I don't think this is a disconnect. Most of us give similar thought to the consequences of other techniques. More than once in the past year, there's been discussion of whether a basic hip throw gives too much access to your back. I think that's a similar thought process.


----------



## Gerry Seymour (Jul 4, 2019)

Tony Dismukes said:


> I'd feel a lot more confident in my ability with weapon disarms if I knew my opponent wasn't prepared to actually use it on me.


I didn't even think of that while I was replying, but oh, hell yes.


----------



## Gerry Seymour (Jul 4, 2019)

Bill Mattocks said:


> Worse if it's your own stick he's beating you incorrectly with.

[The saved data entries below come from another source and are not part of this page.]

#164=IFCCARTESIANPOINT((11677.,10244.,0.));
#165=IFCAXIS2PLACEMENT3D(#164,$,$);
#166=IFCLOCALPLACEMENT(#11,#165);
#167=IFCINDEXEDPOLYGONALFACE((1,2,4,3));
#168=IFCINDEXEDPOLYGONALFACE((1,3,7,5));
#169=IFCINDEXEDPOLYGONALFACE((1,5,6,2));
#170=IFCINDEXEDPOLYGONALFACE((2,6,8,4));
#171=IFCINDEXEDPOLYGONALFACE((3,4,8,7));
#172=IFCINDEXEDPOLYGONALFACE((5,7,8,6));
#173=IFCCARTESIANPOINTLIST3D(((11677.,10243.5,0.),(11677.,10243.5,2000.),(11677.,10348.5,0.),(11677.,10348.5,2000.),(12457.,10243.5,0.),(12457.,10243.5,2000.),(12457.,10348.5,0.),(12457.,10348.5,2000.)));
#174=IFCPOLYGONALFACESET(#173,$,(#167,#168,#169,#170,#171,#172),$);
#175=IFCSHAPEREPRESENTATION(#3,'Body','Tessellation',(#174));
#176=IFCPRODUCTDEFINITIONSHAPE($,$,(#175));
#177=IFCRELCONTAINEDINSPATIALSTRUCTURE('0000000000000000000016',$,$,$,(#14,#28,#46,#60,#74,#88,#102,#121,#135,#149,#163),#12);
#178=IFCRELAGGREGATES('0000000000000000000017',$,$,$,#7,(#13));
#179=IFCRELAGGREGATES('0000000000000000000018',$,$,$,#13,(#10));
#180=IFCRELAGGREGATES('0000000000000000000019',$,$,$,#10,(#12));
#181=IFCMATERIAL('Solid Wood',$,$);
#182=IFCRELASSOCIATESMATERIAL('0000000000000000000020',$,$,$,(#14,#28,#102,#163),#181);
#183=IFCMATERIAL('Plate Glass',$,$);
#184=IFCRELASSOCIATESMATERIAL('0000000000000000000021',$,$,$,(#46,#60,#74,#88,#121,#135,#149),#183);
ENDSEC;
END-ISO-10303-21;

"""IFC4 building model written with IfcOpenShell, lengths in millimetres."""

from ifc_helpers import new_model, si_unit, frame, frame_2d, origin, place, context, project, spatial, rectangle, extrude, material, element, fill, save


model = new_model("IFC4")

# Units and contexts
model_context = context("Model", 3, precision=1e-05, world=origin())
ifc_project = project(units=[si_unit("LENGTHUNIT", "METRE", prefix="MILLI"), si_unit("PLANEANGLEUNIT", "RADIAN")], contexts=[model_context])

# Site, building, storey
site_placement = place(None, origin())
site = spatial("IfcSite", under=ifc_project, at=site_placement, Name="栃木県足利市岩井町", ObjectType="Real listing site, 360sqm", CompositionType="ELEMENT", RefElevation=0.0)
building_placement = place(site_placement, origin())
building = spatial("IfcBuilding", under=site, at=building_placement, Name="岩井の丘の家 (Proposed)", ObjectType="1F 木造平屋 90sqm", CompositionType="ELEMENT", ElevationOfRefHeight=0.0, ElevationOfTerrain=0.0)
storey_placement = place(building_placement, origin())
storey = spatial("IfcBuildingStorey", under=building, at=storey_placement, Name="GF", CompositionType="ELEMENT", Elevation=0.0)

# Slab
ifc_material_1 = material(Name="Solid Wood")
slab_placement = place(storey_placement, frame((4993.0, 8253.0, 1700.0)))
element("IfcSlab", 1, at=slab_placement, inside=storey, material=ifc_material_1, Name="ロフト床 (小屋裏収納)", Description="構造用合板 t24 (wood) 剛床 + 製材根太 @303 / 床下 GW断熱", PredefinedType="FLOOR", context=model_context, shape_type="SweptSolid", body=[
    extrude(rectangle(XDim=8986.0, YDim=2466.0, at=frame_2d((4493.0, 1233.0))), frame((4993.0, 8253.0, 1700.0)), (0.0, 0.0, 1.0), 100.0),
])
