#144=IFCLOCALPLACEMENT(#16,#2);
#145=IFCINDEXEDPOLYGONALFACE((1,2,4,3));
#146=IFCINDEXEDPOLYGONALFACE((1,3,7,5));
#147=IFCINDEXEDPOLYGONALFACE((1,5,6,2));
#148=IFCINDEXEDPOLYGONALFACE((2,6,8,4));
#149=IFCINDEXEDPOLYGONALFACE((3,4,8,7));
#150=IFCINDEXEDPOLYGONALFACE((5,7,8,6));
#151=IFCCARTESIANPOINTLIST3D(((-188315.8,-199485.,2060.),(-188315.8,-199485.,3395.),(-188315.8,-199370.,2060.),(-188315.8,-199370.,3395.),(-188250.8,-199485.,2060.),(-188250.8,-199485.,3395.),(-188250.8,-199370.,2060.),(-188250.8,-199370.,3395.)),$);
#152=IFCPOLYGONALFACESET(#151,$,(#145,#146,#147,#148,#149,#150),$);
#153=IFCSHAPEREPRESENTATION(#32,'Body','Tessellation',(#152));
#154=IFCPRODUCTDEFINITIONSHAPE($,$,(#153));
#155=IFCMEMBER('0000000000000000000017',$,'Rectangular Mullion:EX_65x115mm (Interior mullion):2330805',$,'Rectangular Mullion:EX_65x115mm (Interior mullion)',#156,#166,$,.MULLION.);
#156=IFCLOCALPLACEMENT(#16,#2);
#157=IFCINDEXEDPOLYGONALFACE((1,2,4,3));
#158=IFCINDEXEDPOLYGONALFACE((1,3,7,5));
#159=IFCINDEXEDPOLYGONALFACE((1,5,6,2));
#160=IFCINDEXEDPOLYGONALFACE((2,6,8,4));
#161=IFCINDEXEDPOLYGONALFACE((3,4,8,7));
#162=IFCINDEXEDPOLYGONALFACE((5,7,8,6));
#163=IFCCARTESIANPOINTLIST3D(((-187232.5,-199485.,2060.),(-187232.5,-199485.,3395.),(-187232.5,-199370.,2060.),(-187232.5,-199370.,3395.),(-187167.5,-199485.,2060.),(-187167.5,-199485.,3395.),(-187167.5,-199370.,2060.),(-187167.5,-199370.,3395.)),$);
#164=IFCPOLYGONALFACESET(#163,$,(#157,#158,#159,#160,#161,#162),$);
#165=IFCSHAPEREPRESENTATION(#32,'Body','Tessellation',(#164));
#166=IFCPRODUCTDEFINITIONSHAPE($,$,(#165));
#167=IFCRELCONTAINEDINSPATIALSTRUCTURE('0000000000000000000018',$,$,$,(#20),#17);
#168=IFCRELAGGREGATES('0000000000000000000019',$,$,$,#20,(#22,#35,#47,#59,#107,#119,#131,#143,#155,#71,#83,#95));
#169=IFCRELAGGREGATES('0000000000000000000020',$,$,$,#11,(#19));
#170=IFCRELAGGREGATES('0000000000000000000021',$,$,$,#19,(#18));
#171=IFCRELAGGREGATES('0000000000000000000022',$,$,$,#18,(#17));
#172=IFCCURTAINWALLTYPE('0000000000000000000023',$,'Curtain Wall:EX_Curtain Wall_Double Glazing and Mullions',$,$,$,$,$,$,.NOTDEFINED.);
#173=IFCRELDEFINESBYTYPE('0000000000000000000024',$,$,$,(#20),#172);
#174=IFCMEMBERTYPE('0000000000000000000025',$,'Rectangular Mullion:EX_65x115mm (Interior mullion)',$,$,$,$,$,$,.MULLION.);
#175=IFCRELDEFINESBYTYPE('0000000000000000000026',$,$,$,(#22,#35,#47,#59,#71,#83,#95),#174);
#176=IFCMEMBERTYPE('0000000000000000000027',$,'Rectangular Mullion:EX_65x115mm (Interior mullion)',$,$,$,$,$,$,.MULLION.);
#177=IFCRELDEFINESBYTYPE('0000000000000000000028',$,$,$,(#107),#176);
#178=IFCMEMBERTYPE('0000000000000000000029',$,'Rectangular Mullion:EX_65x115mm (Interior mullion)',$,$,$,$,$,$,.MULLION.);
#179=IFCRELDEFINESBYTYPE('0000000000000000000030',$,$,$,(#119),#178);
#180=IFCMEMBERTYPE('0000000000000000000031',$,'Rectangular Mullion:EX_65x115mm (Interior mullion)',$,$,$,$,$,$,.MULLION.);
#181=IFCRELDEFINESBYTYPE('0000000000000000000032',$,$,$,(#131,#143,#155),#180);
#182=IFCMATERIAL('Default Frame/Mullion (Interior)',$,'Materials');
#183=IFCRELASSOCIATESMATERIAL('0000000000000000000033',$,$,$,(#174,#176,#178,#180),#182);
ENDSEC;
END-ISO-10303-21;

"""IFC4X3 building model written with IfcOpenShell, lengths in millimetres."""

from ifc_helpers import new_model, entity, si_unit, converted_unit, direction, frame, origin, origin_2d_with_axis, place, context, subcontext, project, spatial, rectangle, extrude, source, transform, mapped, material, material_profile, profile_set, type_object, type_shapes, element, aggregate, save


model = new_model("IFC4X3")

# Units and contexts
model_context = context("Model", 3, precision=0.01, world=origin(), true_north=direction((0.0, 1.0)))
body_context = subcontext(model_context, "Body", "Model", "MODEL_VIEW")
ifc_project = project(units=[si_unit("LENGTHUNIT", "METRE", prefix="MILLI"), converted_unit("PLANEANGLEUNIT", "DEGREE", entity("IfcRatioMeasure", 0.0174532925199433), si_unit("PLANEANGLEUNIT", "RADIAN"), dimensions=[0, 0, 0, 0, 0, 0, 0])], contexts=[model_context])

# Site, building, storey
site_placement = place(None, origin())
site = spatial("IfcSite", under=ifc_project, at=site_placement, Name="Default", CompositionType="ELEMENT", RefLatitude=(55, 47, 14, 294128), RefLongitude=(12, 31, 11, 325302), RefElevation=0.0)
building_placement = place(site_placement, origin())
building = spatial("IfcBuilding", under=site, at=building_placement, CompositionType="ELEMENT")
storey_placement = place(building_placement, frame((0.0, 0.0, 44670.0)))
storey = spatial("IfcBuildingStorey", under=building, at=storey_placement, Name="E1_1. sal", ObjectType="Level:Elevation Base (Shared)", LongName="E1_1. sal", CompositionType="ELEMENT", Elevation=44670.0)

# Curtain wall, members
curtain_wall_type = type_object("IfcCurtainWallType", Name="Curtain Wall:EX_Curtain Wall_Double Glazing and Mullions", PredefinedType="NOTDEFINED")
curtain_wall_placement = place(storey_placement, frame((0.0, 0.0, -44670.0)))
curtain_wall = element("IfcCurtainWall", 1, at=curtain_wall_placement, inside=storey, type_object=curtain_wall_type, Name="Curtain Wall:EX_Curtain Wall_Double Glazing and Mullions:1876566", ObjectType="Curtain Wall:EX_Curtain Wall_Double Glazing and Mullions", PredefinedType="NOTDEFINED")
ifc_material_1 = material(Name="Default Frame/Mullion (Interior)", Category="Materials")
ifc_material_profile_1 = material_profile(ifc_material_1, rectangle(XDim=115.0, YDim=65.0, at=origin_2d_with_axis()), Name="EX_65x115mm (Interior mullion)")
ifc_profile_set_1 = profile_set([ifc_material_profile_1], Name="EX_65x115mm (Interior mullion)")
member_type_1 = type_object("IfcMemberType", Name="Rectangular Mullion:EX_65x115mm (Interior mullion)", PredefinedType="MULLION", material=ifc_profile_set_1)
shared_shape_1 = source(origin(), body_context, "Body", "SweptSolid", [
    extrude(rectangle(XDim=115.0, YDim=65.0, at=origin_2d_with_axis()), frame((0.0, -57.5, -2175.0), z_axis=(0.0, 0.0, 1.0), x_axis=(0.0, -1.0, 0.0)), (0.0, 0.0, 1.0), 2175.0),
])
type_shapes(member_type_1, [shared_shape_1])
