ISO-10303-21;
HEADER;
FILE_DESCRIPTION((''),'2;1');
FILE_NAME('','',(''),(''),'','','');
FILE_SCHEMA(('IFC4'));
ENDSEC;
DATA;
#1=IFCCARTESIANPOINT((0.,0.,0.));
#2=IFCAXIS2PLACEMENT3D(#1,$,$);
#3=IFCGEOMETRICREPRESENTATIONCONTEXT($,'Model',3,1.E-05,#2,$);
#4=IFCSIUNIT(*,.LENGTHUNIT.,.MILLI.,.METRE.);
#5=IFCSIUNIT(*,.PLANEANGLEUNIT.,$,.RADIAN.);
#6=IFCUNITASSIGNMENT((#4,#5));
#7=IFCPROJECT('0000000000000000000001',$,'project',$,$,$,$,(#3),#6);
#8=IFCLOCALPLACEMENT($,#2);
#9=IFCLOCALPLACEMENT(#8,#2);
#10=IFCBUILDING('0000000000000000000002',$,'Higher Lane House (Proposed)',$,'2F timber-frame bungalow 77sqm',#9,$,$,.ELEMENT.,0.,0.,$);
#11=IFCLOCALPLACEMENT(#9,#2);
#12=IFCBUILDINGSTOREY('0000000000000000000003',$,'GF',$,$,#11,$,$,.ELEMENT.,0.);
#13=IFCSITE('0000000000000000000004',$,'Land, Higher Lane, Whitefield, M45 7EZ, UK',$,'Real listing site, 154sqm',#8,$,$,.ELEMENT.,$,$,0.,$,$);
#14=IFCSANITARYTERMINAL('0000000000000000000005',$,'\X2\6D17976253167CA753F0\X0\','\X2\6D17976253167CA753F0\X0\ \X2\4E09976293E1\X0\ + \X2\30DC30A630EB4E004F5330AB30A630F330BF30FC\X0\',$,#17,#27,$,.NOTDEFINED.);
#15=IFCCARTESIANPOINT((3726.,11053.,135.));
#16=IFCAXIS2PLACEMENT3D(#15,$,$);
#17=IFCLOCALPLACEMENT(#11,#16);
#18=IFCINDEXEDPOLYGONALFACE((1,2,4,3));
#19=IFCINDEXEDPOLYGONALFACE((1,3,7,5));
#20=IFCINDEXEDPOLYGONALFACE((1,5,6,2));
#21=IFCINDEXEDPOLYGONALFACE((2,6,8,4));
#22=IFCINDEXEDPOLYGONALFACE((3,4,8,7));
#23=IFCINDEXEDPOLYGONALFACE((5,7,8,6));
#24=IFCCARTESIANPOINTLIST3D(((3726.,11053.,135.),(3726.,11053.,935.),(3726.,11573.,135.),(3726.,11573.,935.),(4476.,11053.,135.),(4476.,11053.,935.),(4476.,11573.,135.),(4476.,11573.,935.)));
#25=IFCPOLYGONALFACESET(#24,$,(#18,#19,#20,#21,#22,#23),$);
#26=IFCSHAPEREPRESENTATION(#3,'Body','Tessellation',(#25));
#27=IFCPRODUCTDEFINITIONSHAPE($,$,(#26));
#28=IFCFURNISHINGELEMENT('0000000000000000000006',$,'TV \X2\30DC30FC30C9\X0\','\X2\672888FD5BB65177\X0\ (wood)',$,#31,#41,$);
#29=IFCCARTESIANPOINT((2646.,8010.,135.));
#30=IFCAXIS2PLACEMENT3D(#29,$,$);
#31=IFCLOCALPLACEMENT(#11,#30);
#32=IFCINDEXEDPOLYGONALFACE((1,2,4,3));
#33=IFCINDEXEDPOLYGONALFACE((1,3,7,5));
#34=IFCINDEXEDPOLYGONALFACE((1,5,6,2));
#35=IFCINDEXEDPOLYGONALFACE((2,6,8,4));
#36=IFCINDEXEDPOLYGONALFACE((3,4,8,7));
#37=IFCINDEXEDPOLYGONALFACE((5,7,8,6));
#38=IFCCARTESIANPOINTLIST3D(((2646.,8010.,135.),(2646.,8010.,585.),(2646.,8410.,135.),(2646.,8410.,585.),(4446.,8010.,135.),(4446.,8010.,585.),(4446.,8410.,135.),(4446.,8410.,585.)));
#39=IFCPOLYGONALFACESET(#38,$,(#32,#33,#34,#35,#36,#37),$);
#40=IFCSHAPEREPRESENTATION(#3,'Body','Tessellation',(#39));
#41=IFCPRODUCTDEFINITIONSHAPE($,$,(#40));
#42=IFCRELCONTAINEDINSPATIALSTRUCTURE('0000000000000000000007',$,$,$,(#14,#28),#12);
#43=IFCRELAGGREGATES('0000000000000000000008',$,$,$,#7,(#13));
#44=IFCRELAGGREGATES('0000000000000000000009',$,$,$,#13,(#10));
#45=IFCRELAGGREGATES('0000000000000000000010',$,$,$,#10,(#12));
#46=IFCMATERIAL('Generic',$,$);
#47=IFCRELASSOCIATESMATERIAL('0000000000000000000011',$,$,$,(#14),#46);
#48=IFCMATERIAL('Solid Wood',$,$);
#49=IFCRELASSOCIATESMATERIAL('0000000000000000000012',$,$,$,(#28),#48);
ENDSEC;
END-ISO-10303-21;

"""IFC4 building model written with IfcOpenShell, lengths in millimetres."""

from ifc_helpers import new_model, si_unit, frame, frame_2d, origin, place, context, project, spatial, rectangle, extrude, material, element, save


model = new_model("IFC4")

# Units and contexts
model_context = context("Model", 3, precision=1e-05, world=origin())
ifc_project = project(units=[si_unit("LENGTHUNIT", "METRE", prefix="MILLI"), si_unit("PLANEANGLEUNIT", "RADIAN")], contexts=[model_context])

# Site, building, storey
site_placement = place(None, origin())
site = spatial("IfcSite", under=ifc_project, at=site_placement, Name="Land, Higher Lane, Whitefield, M45 7EZ, UK", ObjectType="Real listing site, 154sqm", CompositionType="ELEMENT", RefElevation=0.0)
building_placement = place(site_placement, origin())
building = spatial("IfcBuilding", under=site, at=building_placement, Name="Higher Lane House (Proposed)", ObjectType="2F timber-frame bungalow 77sqm", CompositionType="ELEMENT", ElevationOfRefHeight=0.0, ElevationOfTerrain=0.0)
storey_placement = place(building_placement, origin())
storey = spatial("IfcBuildingStorey", under=building, at=storey_placement, Name="GF", CompositionType="ELEMENT", Elevation=0.0)

# Shared definitions
ifc_material_1 = material(Name="Solid Wood")

# Shared definitions
ifc_material_2 = material(Name="Generic")

# Sanitary terminal
sanitary_terminal_1_placement = place(storey_placement, frame((3726.0, 11053.0, 135.0)))
element("IfcSanitaryTerminal", 1, at=sanitary_terminal_1_placement, inside=storey, material=ifc_material_2, Name="洗面化粧台", Description="洗面化粧台 三面鏡 + ボウル一体カウンター", PredefinedType="NOTDEFINED", context=model_context, shape_type="SweptSolid", body=[
    extrude(rectangle(XDim=750.0, YDim=520.0, at=frame_2d((375.0, 260.0))), frame((3726.0, 11053.0, 135.0)), (0.0, 0.0, 1.0), 800.0),
])

# Furnishing element
furnishing_placement = place(storey_placement, frame((2646.0, 8010.0, 135.0)))
element("IfcFurnishingElement", 2, at=furnishing_placement, inside=storey, material=ifc_material_1, Name="TV ボード", Description="木製家具 (wood)", context=model_context, shape_type="SweptSolid", body=[
    extrude(rectangle(XDim=1800.0, YDim=400.0, at=frame_2d((900.0, 200.0))), frame((2646.0, 8010.0, 135.0)), (0.0, 0.0, 1.0), 450.0),
])

save(model, "model.ifc")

Bill, that was unreasonably funny to me. I'm just imagining you thinking, "Oh, for cripes' sake, at least hit me RIGHT!"


----------



## Gerry Seymour (Jul 4, 2019)

Buka said:


> Last week I had a nine year old kid grab my service weapon in my holster. Swear to God. His parents said "Oh, he's just being curious". Again, swear to God.
> 
> I can assure you I taught them a lesson they will never forget. Ever.


Wow.


----------



## rondave72 (Jul 4, 2019)

frank raud said:


> I'd really like to see those statistics.



Well, the best I can help you with was it was an FBI stat and I was in college.  So that is 1990 to 1995.  The Toledo Blade used to put trivia facts in their Peach section.


Sent from my iPhone using Tapatalk


----------



## Tony Dismukes (Jul 4, 2019)

rondave72 said:


> Forgive me if this looks jacked up,
> 
> “If a weapons disarm is a last ditch thing for a skilled practitioner, why is it accepted as fact that the bad guy will be able to disarm you, and use your weapon against?”
> 
> ...


I would bet money you’re misremembering the stat. I don’t know what the percentage is for gun using women to be disarmed, but I’m almost certain it’s not 99%.


----------



## rondave72 (Jul 4, 2019)

That’s why it stuck in my head.  It was so ridiculous.  

But a lotta factors go into pulling out a pistol and using it.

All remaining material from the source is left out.